This work explores the concept that differential wave function overlap between excited states can be engineered within a molecular chromophore. The aim is to control excited state wave function symmetries, so that symmetry matches or mismatches result in differential orbital overlap and define low-energy trajectories or kinetic barriers within the excited state surface, that drive excited state population toward different reaction pathways. Two donor–acceptor assemblies were explored, where visible light absorption prepares excited states of different wave function symmetry. These states could be resolved using transient absorption spectroscopy, thanks to wave function symmetry-specific photoinduced optical transitions. One of these excited states undergoes energy transfer to the acceptor, while another undertakes a back-electron transfer to restate the ground state. This differential behavior is possible thanks to the presence of kinetic barriers that prevent excited state equilibration.
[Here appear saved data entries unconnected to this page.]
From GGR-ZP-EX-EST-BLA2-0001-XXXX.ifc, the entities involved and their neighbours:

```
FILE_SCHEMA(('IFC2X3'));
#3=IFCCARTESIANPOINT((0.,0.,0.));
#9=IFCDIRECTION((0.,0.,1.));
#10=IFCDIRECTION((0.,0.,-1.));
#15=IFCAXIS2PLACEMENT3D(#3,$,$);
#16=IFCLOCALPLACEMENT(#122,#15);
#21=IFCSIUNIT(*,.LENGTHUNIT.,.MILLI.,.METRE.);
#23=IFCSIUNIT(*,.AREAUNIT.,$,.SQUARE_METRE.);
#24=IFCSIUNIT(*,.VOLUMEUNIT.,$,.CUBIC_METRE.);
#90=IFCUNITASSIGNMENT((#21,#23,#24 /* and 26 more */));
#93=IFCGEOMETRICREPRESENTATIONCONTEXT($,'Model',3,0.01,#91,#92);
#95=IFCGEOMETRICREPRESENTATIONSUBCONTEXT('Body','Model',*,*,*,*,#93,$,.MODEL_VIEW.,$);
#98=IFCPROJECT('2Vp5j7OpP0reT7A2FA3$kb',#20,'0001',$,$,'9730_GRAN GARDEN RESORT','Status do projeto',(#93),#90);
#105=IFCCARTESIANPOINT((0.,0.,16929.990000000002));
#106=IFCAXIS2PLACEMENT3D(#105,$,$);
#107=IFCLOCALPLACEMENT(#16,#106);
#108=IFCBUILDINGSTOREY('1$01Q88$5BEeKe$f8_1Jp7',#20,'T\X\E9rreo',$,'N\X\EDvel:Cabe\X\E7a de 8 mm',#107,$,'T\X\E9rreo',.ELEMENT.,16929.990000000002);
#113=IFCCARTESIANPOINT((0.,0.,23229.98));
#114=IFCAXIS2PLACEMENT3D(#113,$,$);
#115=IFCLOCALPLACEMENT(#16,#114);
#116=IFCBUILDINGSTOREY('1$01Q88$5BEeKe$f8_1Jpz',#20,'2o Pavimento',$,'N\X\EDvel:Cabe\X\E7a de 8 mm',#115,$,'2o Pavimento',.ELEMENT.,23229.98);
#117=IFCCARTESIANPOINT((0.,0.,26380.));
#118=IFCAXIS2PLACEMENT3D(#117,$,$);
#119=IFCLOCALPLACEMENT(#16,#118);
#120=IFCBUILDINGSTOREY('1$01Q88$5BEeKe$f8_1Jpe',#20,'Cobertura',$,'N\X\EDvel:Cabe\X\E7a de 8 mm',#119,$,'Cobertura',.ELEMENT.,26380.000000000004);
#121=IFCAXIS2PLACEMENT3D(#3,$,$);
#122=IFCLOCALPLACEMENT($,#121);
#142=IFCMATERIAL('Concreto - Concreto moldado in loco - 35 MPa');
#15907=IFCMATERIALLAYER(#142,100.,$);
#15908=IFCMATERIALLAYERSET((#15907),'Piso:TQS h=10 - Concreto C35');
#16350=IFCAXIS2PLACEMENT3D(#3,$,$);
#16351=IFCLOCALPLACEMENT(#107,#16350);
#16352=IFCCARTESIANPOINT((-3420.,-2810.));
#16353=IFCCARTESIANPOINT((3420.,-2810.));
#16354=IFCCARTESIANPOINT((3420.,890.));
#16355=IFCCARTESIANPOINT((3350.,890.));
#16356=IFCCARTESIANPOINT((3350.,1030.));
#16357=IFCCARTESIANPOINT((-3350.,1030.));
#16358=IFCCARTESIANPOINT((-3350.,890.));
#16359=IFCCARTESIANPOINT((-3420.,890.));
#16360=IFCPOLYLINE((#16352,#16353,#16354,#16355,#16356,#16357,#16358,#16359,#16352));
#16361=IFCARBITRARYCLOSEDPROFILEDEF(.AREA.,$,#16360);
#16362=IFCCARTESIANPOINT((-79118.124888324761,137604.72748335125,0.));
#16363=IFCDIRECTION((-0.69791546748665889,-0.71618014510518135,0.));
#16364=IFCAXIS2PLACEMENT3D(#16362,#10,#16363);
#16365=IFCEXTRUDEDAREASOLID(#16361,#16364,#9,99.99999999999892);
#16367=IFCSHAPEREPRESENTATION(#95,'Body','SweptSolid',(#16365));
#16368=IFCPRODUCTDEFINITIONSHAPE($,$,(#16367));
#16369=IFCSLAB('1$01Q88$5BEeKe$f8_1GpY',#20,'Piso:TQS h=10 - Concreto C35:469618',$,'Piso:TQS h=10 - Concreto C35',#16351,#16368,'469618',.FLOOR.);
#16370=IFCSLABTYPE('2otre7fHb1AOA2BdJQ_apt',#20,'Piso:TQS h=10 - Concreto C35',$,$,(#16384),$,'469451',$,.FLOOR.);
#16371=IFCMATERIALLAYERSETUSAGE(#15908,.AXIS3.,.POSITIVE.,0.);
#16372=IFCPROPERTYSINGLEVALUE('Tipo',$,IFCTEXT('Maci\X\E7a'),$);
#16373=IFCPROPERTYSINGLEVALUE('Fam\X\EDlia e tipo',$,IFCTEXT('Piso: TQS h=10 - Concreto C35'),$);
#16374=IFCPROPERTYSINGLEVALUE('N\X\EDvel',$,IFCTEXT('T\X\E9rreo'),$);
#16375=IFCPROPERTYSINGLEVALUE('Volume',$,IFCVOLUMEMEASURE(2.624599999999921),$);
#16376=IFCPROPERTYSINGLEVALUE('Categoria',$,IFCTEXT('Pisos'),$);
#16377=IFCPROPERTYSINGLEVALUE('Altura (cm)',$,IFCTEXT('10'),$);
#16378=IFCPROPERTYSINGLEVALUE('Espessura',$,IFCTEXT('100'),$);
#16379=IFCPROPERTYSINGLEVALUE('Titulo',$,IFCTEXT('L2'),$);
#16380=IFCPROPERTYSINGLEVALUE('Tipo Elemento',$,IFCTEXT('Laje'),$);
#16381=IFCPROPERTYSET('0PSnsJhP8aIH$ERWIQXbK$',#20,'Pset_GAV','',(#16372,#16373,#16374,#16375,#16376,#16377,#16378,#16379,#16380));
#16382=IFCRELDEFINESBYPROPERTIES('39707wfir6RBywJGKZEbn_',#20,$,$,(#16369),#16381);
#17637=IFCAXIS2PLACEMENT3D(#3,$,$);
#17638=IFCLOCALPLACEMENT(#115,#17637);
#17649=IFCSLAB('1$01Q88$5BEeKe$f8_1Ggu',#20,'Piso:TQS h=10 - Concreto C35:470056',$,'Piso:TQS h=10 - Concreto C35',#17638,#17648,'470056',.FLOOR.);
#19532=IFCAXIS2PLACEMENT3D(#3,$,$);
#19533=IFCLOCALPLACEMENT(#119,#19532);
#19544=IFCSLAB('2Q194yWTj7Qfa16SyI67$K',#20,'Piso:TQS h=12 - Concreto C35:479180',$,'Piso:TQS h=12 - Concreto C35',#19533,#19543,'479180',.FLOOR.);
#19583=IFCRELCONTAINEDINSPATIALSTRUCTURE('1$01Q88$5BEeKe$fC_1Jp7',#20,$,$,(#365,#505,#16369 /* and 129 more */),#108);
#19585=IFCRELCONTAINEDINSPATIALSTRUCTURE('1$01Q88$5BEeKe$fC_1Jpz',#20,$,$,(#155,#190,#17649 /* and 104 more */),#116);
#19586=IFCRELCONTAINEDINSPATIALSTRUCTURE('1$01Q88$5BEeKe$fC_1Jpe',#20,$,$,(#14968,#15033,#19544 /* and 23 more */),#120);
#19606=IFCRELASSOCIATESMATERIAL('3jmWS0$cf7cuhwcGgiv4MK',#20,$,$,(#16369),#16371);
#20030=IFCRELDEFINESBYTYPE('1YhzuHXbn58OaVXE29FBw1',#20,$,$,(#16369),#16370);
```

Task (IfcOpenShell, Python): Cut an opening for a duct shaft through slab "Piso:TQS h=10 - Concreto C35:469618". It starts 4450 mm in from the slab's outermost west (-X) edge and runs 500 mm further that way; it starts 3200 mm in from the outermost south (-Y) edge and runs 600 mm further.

```python
import numpy as np
import ifcopenshell
import ifcopenshell.api.feature
import ifcopenshell.api.geometry
import ifcopenshell.api.pset
import ifcopenshell.api.root
import ifcopenshell.geom
import ifcopenshell.util.element
import ifcopenshell.util.placement
import ifcopenshell.util.representation
import ifcopenshell.util.shape
import ifcopenshell.util.unit

model = ifcopenshell.open("GGR-ZP-EX-EST-BLA2-0001-XXXX.ifc")
unit_scale = ifcopenshell.util.unit.calculate_unit_scale(model)
volume_scale = ifcopenshell.util.unit.calculate_unit_scale(model, "VOLUMEUNIT")
settings = ifcopenshell.geom.settings()


def volume(element):
    """Net volume in cubic metres, openings subtracted."""
    shape = ifcopenshell.geom.create_shape(settings, element)
    return ifcopenshell.util.shape.get_volume(shape.geometry)


slab = model.by_guid("1$01Q88$5BEeKe$f8_1GpY")
before = volume(slab)

# Extent in the slab's own axes, in metres. The edges named are its -X and -Y sides.
slab_shape = ifcopenshell.geom.create_shape(settings, slab)
vertices = ifcopenshell.util.shape.get_vertices(slab_shape.geometry)
x_min, y_min, bottom = vertices.min(axis=0)
top = vertices[:, 2].max()

opening = ifcopenshell.api.root.create_entity(model, ifc_class="IfcOpeningElement", name="Duct shaft opening")
context = ifcopenshell.util.representation.get_context(model, "Model", "Body", "MODEL_VIEW")
width, depth = 0.5, 0.6
outline = [(0.0, 0.0), (width, 0.0), (width, depth), (0.0, depth), (0.0, 0.0)]
# Overshoot both faces by 50 mm so the cut is clean.
shape = ifcopenshell.api.geometry.add_slab_representation(
    model, context=context, depth=top - bottom + 0.1, polyline=outline
)
ifcopenshell.api.geometry.assign_representation(model, product=opening, representation=shape)

matrix = ifcopenshell.util.placement.get_local_placement(slab.ObjectPlacement)
matrix[:, 3] = matrix @ np.append(np.array([x_min + 4.45, y_min + 3.2, bottom - 0.05]) / unit_scale, 1.0)
ifcopenshell.api.geometry.edit_object_placement(model, product=opening, matrix=matrix, is_si=False)
ifcopenshell.api.feature.add_feature(model, feature=opening, element=slab)

after = volume(slab)

# Update the slab's stored quantities.
pset = model.by_id(ifcopenshell.util.element.get_pset(slab, "Pset_GAV", should_inherit=False)["id"])
ifcopenshell.api.pset.edit_pset(model, pset=pset, properties={
    "Volume": model.create_entity("IfcVolumeMeasure", after / volume_scale),
})

print(f"slab volume {before:.3f} -> {after:.3f} m3")

model.write("GGR-ZP-EX-EST-BLA2-0001-XXXX-out.ifc")
```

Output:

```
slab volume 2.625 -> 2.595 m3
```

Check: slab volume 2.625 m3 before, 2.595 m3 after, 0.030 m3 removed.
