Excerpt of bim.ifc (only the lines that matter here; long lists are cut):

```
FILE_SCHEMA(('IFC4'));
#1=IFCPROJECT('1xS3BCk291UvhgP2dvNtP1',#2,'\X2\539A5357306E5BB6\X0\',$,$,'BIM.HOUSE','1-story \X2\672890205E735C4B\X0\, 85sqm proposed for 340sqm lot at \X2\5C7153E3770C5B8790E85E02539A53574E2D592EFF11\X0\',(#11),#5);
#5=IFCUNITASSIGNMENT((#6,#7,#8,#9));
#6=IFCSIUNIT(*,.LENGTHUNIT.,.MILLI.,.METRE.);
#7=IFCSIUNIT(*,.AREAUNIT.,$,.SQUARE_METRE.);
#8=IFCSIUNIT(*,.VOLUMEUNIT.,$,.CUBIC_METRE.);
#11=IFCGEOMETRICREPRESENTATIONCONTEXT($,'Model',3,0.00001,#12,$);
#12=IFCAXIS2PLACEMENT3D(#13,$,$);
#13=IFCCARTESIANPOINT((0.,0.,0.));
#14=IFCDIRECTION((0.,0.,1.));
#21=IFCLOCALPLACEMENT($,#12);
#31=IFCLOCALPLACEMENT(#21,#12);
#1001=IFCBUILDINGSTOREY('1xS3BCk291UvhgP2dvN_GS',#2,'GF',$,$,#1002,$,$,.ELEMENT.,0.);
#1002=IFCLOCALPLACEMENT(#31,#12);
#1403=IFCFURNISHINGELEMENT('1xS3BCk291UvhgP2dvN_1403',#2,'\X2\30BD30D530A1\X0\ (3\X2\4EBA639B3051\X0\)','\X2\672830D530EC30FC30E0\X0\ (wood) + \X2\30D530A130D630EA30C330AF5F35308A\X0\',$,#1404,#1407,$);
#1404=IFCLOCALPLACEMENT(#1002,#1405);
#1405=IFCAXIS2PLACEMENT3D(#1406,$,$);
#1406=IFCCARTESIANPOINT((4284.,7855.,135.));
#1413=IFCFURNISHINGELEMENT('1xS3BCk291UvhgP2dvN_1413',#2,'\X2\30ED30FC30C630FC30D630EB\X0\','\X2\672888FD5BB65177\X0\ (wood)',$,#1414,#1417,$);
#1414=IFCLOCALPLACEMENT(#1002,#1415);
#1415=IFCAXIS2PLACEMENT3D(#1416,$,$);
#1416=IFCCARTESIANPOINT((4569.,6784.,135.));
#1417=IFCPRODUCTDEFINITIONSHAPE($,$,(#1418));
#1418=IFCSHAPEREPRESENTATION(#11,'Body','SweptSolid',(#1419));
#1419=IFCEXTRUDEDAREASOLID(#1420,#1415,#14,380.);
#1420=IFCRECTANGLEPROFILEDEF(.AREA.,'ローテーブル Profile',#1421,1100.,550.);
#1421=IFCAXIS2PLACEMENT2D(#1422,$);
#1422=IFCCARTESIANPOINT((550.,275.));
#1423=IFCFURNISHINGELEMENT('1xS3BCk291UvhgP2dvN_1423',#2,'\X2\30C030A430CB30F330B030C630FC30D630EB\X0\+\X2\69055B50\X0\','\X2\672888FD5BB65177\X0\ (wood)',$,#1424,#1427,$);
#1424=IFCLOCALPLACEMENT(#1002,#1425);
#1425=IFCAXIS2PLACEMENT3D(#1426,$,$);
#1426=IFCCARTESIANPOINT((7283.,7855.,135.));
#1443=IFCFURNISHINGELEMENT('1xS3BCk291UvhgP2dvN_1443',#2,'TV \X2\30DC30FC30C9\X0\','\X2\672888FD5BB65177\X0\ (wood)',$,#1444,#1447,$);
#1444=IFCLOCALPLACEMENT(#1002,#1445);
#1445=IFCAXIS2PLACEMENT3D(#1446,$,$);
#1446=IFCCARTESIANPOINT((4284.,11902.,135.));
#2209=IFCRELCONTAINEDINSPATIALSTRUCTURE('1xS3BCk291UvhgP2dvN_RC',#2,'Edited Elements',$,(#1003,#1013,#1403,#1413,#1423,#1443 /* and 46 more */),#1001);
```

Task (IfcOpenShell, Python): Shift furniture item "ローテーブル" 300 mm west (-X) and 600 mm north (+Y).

```python
import ifcopenshell
import ifcopenshell.api.geometry
import ifcopenshell.util.placement
import ifcopenshell.util.unit

model = ifcopenshell.open("bim.ifc")
unit_scale = ifcopenshell.util.unit.calculate_unit_scale(model)

item = model.by_guid("1xS3BCk291UvhgP2dvN_1413")
matrix = ifcopenshell.util.placement.get_local_placement(item.ObjectPlacement)
matrix[0, 3] -= 0.3 / unit_scale
matrix[1, 3] += 0.6 / unit_scale
ifcopenshell.api.geometry.edit_object_placement(model, product=item, matrix=matrix, is_si=False)

print(ifcopenshell.util.placement.get_local_placement(item.ObjectPlacement).round(3) + 0.0)

model.write("bim-out.ifc")
```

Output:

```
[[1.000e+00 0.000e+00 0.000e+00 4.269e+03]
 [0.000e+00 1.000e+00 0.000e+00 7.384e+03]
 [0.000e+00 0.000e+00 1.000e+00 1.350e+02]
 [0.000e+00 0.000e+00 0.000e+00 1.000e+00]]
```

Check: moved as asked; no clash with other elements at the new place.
This strategy can be exploited to avoid energy dissipation in energy conversion or photoredox catalytic schemes.

这项工作探索了激发态之间的微分波函数重叠可以在分子发色团内设计的概念。目的是控制激发态波函数的对称性，使对称性匹配或不匹配导致不同的轨道重叠，并在激发态表面内定义低能轨迹或动力学势垒，从而将激发态群体推向不同的反应途径。探索了两种供体-受体组件，其中可见光吸收准备了不同波函数对称性的激发态。由于波函数对称特定的光诱导光学跃迁，这些状态可以使用瞬态吸收光谱来解决。这些激发态之一经历能量转移到受体，而另一个进行反向电子转移以重述基态。由于存在阻止激发态平衡的动力学障碍，这种差异行为是可能的。该策略可用于避免能量转换或光氧化还原催化方案中的能量耗散。